(Material for the task)

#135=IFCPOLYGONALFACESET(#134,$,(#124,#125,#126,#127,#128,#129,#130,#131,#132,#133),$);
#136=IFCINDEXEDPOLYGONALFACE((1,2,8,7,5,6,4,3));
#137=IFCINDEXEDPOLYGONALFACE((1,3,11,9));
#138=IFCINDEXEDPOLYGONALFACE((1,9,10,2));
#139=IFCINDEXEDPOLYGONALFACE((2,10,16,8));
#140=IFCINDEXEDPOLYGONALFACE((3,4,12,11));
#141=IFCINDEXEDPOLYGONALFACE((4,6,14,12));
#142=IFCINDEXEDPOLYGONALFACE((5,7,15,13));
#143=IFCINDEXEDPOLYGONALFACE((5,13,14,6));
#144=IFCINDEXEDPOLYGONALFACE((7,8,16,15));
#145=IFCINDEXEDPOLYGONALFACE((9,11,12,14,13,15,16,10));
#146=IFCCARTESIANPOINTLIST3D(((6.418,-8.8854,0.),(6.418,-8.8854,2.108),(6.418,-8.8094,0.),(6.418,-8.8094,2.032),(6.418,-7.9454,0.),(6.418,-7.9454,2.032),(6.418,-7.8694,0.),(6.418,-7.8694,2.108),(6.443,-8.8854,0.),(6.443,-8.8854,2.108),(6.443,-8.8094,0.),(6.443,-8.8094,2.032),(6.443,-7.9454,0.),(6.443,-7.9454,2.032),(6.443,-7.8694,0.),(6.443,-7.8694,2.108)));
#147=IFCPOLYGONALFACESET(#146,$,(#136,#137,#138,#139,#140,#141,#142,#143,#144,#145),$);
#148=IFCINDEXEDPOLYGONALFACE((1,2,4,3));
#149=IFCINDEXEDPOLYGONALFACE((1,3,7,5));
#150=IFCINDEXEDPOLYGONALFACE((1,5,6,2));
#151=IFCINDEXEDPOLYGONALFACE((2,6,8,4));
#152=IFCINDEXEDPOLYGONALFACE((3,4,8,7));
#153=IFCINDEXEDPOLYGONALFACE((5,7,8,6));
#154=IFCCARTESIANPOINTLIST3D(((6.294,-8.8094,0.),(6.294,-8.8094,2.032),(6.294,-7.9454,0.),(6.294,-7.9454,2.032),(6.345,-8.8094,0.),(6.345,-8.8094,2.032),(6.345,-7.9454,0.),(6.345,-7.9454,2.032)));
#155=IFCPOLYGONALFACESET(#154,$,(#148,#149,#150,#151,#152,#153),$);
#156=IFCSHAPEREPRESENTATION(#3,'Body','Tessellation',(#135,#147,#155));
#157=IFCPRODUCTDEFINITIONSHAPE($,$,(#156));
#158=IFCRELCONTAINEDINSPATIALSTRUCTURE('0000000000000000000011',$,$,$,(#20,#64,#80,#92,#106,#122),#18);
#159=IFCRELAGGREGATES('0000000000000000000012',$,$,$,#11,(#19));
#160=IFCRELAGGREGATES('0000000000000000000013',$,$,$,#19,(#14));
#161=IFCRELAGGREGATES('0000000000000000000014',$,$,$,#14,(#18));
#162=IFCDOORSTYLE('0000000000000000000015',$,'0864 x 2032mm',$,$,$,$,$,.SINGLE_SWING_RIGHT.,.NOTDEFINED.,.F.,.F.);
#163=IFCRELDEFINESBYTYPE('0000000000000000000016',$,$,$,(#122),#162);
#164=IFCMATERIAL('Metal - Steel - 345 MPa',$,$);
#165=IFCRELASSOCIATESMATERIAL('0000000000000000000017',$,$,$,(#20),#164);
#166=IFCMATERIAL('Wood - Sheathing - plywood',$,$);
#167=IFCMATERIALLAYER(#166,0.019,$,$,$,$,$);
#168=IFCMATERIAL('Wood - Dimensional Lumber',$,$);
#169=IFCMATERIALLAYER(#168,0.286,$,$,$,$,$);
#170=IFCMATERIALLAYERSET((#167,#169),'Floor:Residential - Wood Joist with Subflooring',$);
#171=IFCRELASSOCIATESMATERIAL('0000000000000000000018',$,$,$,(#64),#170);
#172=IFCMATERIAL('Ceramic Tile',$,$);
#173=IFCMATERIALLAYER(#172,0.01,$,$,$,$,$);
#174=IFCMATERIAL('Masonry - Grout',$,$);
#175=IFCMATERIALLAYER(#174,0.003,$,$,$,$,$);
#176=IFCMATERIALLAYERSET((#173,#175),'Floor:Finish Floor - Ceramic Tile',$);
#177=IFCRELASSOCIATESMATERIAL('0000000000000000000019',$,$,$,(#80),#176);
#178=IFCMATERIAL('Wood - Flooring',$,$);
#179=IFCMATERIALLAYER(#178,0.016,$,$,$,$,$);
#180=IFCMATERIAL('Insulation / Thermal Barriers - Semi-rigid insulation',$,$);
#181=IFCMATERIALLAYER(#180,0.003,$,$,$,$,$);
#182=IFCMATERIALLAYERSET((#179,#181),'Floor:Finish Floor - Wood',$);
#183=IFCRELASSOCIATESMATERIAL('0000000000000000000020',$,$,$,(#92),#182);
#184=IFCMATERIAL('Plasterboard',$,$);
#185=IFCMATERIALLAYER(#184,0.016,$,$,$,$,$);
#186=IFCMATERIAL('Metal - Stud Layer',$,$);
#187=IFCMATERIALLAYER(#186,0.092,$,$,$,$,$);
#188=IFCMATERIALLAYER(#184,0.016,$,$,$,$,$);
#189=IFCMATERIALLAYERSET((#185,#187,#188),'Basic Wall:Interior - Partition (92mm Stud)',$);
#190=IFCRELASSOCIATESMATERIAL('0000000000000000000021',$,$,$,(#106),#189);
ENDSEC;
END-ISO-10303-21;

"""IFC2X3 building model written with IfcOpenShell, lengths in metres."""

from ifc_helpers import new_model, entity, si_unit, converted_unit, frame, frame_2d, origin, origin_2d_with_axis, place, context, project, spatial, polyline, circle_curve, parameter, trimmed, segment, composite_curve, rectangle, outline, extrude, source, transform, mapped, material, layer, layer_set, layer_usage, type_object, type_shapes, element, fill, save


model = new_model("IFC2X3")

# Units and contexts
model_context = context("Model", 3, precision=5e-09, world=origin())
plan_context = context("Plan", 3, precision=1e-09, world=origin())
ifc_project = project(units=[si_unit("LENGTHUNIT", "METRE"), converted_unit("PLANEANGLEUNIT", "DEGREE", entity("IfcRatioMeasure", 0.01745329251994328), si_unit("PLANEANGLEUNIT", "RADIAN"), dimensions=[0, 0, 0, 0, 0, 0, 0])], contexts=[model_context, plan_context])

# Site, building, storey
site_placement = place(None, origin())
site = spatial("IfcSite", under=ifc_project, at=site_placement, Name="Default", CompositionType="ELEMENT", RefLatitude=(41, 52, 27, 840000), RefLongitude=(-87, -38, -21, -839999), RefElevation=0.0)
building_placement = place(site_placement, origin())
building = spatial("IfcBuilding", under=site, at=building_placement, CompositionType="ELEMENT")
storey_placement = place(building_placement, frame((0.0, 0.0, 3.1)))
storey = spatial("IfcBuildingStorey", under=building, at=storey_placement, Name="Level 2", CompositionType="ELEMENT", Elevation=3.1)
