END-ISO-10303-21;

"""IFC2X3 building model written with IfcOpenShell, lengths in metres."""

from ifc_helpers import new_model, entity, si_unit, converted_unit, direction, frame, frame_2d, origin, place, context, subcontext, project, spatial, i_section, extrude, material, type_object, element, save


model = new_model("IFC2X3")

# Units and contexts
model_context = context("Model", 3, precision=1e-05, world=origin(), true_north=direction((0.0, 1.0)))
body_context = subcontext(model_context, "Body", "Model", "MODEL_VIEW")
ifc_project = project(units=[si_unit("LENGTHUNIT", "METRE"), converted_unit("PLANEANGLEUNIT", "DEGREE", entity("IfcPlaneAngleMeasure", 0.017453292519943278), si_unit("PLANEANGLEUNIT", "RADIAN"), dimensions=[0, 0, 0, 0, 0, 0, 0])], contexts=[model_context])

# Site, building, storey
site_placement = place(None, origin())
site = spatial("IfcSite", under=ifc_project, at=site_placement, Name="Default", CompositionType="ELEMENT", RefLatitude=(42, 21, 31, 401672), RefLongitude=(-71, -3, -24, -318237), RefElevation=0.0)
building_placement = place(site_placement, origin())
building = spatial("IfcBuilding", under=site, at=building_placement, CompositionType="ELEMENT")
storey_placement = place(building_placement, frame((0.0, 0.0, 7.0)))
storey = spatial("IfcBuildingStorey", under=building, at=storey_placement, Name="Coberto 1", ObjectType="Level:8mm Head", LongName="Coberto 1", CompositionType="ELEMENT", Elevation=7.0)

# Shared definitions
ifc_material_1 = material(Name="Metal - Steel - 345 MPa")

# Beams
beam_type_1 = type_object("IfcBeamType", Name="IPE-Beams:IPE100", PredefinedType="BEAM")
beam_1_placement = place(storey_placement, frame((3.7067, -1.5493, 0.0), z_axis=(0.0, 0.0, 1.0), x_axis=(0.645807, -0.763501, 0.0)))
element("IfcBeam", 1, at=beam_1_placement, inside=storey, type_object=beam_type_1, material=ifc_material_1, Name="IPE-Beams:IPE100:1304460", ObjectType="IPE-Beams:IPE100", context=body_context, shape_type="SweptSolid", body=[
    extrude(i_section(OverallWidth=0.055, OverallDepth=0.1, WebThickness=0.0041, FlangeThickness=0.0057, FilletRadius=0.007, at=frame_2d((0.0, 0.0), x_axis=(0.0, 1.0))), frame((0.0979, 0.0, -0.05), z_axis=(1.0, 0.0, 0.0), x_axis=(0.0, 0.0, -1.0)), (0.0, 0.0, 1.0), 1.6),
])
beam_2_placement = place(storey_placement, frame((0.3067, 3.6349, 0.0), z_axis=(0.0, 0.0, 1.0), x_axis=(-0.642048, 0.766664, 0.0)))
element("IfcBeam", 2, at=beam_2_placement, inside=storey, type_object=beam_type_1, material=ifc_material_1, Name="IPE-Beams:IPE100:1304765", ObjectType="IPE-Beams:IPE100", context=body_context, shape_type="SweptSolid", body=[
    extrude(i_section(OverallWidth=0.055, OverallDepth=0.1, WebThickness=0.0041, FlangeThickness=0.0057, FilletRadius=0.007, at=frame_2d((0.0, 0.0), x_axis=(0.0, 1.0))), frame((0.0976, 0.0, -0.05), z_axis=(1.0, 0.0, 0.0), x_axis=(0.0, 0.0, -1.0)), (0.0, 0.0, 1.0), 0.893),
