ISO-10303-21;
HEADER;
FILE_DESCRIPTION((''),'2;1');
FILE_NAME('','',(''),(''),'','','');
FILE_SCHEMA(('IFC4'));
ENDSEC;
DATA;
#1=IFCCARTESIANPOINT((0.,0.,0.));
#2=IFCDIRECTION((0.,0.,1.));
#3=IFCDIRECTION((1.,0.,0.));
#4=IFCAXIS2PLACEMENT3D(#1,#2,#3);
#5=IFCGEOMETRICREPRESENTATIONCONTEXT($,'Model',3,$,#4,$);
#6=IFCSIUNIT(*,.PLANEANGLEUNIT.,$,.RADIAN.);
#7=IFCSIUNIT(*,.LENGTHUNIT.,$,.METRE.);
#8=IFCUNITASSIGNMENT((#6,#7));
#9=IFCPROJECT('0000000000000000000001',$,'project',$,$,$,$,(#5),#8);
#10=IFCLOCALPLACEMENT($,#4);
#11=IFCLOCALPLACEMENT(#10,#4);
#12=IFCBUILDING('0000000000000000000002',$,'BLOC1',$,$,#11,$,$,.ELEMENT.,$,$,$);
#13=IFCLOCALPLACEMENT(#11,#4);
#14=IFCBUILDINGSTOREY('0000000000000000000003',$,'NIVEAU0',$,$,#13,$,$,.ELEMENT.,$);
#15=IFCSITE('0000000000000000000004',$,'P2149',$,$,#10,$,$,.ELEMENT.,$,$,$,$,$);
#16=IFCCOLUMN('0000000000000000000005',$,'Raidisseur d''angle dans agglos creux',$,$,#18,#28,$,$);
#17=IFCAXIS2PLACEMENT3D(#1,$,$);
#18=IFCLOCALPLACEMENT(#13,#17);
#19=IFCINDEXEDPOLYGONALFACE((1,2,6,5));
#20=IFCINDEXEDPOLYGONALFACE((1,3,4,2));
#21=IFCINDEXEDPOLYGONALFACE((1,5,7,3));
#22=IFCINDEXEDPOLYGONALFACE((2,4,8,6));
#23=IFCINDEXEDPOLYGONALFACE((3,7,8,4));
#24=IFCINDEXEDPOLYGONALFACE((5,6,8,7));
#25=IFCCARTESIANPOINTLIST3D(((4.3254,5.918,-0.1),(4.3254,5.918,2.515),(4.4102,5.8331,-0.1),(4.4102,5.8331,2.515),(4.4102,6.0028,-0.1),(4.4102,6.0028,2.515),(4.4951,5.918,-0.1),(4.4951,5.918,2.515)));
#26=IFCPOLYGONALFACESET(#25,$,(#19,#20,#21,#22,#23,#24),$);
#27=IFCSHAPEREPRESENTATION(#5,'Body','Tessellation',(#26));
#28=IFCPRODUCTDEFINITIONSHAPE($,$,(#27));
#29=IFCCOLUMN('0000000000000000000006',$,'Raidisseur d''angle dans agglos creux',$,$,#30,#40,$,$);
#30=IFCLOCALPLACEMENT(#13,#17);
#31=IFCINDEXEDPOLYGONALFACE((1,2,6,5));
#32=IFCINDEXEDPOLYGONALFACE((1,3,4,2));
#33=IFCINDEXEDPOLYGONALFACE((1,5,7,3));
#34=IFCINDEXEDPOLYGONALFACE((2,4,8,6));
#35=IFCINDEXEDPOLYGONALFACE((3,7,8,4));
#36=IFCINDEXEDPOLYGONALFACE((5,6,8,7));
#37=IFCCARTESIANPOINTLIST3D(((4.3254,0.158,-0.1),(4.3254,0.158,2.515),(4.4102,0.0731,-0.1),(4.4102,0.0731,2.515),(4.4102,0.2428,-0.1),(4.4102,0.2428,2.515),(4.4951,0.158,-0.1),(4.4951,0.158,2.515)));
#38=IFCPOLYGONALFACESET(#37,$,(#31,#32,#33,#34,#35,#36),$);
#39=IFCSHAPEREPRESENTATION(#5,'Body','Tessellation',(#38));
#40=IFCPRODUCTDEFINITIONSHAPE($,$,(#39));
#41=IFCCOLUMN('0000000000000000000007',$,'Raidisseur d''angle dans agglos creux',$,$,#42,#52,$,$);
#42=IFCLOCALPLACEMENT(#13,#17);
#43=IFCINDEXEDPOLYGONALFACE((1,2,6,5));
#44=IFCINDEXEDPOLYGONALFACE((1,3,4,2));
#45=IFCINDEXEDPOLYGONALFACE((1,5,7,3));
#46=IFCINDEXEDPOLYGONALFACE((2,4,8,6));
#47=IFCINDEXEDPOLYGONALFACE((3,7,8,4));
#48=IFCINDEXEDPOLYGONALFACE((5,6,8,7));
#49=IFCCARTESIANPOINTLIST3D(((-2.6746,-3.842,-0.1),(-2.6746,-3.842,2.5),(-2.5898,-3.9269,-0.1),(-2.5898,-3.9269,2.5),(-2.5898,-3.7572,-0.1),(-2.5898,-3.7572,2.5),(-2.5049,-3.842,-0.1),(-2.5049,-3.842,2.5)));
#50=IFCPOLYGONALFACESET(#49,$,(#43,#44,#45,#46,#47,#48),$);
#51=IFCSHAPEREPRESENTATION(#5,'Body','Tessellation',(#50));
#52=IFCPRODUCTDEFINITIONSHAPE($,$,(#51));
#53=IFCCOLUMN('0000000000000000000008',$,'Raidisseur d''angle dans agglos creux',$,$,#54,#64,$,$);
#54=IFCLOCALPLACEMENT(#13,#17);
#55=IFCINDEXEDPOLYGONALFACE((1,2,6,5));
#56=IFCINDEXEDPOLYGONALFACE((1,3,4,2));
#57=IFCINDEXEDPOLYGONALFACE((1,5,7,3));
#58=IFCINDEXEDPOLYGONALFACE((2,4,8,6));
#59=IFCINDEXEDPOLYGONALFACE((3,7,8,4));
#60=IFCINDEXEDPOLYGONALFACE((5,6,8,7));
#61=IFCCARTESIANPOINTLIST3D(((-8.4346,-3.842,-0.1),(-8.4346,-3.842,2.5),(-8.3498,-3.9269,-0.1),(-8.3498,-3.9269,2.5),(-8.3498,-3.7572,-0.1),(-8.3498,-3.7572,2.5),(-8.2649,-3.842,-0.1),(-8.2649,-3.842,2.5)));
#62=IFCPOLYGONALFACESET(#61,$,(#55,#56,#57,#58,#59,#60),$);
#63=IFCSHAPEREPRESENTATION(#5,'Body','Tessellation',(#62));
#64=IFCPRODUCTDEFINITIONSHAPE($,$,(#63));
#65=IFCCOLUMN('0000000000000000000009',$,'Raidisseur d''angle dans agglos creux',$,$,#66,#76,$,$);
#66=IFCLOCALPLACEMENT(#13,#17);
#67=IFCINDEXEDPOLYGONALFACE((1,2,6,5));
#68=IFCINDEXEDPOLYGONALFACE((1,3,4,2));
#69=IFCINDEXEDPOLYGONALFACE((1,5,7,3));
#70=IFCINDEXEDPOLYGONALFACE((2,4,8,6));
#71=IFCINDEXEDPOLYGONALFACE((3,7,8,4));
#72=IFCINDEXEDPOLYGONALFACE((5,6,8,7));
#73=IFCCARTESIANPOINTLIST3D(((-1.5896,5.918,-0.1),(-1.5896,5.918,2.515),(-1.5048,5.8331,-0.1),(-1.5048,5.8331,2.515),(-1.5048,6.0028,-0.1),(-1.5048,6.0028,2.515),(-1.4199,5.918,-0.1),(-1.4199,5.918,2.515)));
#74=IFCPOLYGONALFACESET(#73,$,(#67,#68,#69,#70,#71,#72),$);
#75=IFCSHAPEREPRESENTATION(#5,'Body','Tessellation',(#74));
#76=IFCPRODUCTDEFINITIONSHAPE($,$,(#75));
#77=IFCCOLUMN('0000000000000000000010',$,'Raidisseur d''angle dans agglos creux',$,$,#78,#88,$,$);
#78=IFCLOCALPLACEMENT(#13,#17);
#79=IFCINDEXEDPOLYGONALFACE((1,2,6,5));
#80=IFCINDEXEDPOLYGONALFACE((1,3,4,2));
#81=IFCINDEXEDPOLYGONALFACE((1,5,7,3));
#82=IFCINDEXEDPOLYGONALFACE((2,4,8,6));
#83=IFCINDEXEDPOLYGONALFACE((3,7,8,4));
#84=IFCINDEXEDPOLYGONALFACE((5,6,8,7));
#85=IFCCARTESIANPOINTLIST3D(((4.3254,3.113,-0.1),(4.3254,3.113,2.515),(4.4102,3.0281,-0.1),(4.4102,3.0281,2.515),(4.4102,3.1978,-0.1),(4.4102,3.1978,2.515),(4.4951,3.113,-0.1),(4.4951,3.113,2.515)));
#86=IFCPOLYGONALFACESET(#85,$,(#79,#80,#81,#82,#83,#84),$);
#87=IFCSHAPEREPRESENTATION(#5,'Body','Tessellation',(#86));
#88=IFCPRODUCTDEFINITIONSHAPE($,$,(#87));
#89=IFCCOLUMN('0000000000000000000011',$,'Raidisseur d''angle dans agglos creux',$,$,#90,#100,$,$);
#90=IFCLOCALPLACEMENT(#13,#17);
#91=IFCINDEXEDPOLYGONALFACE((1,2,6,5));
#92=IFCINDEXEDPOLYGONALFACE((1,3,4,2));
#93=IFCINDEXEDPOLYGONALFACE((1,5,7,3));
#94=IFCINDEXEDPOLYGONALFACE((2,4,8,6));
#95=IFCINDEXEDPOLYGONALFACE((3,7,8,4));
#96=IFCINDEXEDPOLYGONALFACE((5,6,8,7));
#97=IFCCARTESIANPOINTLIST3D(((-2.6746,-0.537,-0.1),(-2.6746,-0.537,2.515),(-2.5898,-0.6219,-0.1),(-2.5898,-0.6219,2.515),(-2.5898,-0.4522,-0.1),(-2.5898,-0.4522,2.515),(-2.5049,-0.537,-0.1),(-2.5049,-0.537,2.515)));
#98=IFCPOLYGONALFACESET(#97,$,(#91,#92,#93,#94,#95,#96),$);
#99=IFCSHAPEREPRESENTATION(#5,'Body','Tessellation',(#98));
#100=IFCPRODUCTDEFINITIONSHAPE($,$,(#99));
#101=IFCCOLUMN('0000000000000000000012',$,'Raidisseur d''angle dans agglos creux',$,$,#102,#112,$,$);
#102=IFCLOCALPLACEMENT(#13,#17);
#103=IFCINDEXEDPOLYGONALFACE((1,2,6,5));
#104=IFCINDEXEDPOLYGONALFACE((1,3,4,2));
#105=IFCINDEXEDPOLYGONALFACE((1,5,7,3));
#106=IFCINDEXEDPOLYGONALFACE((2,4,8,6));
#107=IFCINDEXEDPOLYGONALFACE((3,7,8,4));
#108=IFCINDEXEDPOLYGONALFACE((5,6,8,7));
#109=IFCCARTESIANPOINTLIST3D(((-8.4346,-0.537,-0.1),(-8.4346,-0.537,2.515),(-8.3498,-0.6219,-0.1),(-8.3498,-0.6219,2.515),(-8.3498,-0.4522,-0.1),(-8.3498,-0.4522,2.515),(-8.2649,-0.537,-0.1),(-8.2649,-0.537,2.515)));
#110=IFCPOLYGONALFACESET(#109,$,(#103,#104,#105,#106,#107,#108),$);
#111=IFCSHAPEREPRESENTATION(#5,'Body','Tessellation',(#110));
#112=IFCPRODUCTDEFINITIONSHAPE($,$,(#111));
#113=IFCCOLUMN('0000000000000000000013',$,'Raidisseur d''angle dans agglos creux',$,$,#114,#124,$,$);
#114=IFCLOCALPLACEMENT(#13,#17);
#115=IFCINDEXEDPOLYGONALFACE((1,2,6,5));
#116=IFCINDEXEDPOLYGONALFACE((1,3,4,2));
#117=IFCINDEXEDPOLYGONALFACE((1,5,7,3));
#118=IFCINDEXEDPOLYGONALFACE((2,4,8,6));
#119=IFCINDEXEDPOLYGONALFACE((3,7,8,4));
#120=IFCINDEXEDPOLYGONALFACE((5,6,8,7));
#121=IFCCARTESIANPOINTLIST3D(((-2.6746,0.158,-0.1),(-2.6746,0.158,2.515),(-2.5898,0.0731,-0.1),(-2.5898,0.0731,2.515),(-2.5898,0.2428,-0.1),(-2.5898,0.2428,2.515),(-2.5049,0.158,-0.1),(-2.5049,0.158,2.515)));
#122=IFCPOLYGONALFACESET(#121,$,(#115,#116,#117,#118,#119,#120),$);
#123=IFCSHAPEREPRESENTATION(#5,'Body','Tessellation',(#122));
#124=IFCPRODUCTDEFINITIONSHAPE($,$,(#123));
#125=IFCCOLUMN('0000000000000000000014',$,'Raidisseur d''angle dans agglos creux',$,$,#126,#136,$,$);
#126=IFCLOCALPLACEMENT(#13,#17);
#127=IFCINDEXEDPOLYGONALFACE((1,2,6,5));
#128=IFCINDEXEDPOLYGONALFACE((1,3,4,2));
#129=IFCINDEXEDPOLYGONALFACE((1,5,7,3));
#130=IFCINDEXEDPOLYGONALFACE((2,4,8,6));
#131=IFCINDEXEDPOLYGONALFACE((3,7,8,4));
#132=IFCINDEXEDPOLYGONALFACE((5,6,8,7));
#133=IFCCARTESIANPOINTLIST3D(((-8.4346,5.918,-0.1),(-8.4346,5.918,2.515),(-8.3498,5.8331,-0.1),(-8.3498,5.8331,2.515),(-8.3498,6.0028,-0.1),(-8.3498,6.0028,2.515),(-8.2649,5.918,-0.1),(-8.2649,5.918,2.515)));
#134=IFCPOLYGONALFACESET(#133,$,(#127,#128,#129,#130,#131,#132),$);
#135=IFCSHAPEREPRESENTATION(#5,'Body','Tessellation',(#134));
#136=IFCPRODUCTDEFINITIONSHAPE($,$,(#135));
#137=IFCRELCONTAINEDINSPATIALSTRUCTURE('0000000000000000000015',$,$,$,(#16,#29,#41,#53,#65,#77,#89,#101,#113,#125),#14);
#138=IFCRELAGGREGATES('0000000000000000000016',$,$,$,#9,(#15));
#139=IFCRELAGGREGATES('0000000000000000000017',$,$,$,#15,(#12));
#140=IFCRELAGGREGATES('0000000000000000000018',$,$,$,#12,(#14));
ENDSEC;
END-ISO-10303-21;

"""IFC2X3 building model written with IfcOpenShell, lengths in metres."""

from ifc_helpers import new_model, si_unit, point, frame, origin_with_axes, place, context, project, spatial, line_curve, trimmed, segment, composite_curve, outline, extrude, element, save


model = new_model("IFC2X3")

# Units and contexts
model_context = context("Model", 3, world=origin_with_axes())
ifc_project = project(units=[si_unit("PLANEANGLEUNIT", "RADIAN"), si_unit("LENGTHUNIT", "METRE")], contexts=[model_context])

# Site, building, storey
site_placement = place(None, origin_with_axes())
site = spatial("IfcSite", under=ifc_project, at=site_placement, Name="P2149", CompositionType="ELEMENT")
building_placement = place(site_placement, origin_with_axes())
building = spatial("IfcBuilding", under=site, at=building_placement, Name="BLOC1", CompositionType="ELEMENT")
storey_placement = place(building_placement, origin_with_axes())
storey = spatial("IfcBuildingStorey", under=building, at=storey_placement, Name="NIVEAU0", CompositionType="ELEMENT")

# Columns
column_1_placement = place(storey_placement, origin_with_axes())
element("IfcColumn", 1, at=column_1_placement, inside=storey, Name="Raidisseur d'angle dans agglos creux", context=model_context, shape_type="SweptSolid", body=[
    extrude(outline(composite_curve([segment(trimmed(line_curve((0.0, 0.0), (1.0, 0.0), 0.12), [point((0.0, 0.0))], [point((0.12, 0.0))], True, "CARTESIAN"), True, "CONTINUOUS"), segment(trimmed(line_curve((0.12, 0.0), (0.0, 1.0), 0.12), [point((0.12, 0.0))], [point((0.12, 0.12))], True, "CARTESIAN"), True, "CONTINUOUS"), segment(trimmed(line_curve((0.12, 0.12), (-1.0, 0.0), 0.12), [point((0.12, 0.12))], [point((0.0, 0.12))], True, "CARTESIAN"), True, "CONTINUOUS"), segment(trimmed(line_curve((0.0, 0.12), (0.0, -1.0), 0.12), [point((0.0, 0.12))], [point((0.0, 0.0))], True, "CARTESIAN"), True, "CONTINUOUS")], self_intersect=False)), frame((4.3254, 5.918, -0.1), z_axis=(0.0, 0.0, -1.0), x_axis=(0.707107, 0.707107, 0.0)), (0.0, 0.0, -1.0), 2.615),
])
column_2_placement = place(storey_placement, origin_with_axes())
element("IfcColumn", 2, at=column_2_placement, inside=storey, Name="Raidisseur d'angle dans agglos creux", context=model_context, shape_type="SweptSolid", body=[
    extrude(outline(composite_curve([segment(trimmed(line_curve((0.0, 0.0), (1.0, 0.0), 0.12), [point((0.0, 0.0))], [point((0.12, 0.0))], True, "CARTESIAN"), True, "CONTINUOUS"), segment(trimmed(line_curve((0.12, 0.0), (0.0, 1.0), 0.12), [point((0.12, 0.0))], [point((0.12, 0.12))], True, "CARTESIAN"), True, "CONTINUOUS"), segment(trimmed(line_curve((0.12, 0.12), (-1.0, 0.0), 0.12), [point((0.12, 0.12))], [point((0.0, 0.12))], True, "CARTESIAN"), True, "CONTINUOUS"), segment(trimmed(line_curve((0.0, 0.12), (0.0, -1.0), 0.12), [point((0.0, 0.12))], [point((0.0, 0.0))], True, "CARTESIAN"), True, "CONTINUOUS")], self_intersect=False)), frame((4.4102, 0.2428, -0.1), z_axis=(0.0, 0.0, -1.0), x_axis=(0.707107, -0.707107, 0.0)), (0.0, 0.0, -1.0), 2.615),
])
column_3_placement = place(storey_placement, origin_with_axes())
element("IfcColumn", 3, at=column_3_placement, inside=storey, Name="Raidisseur d'angle dans agglos creux", context=model_context, shape_type="SweptSolid", body=[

(End Material for the task)

* **Work instruction**
Copy out every line from the data above in which the word "IFCDIRECTION" occurs.

* **Answer section**
#2=IFCDIRECTION((0.,0.,1.));
#3=IFCDIRECTION((1.,0.,0.));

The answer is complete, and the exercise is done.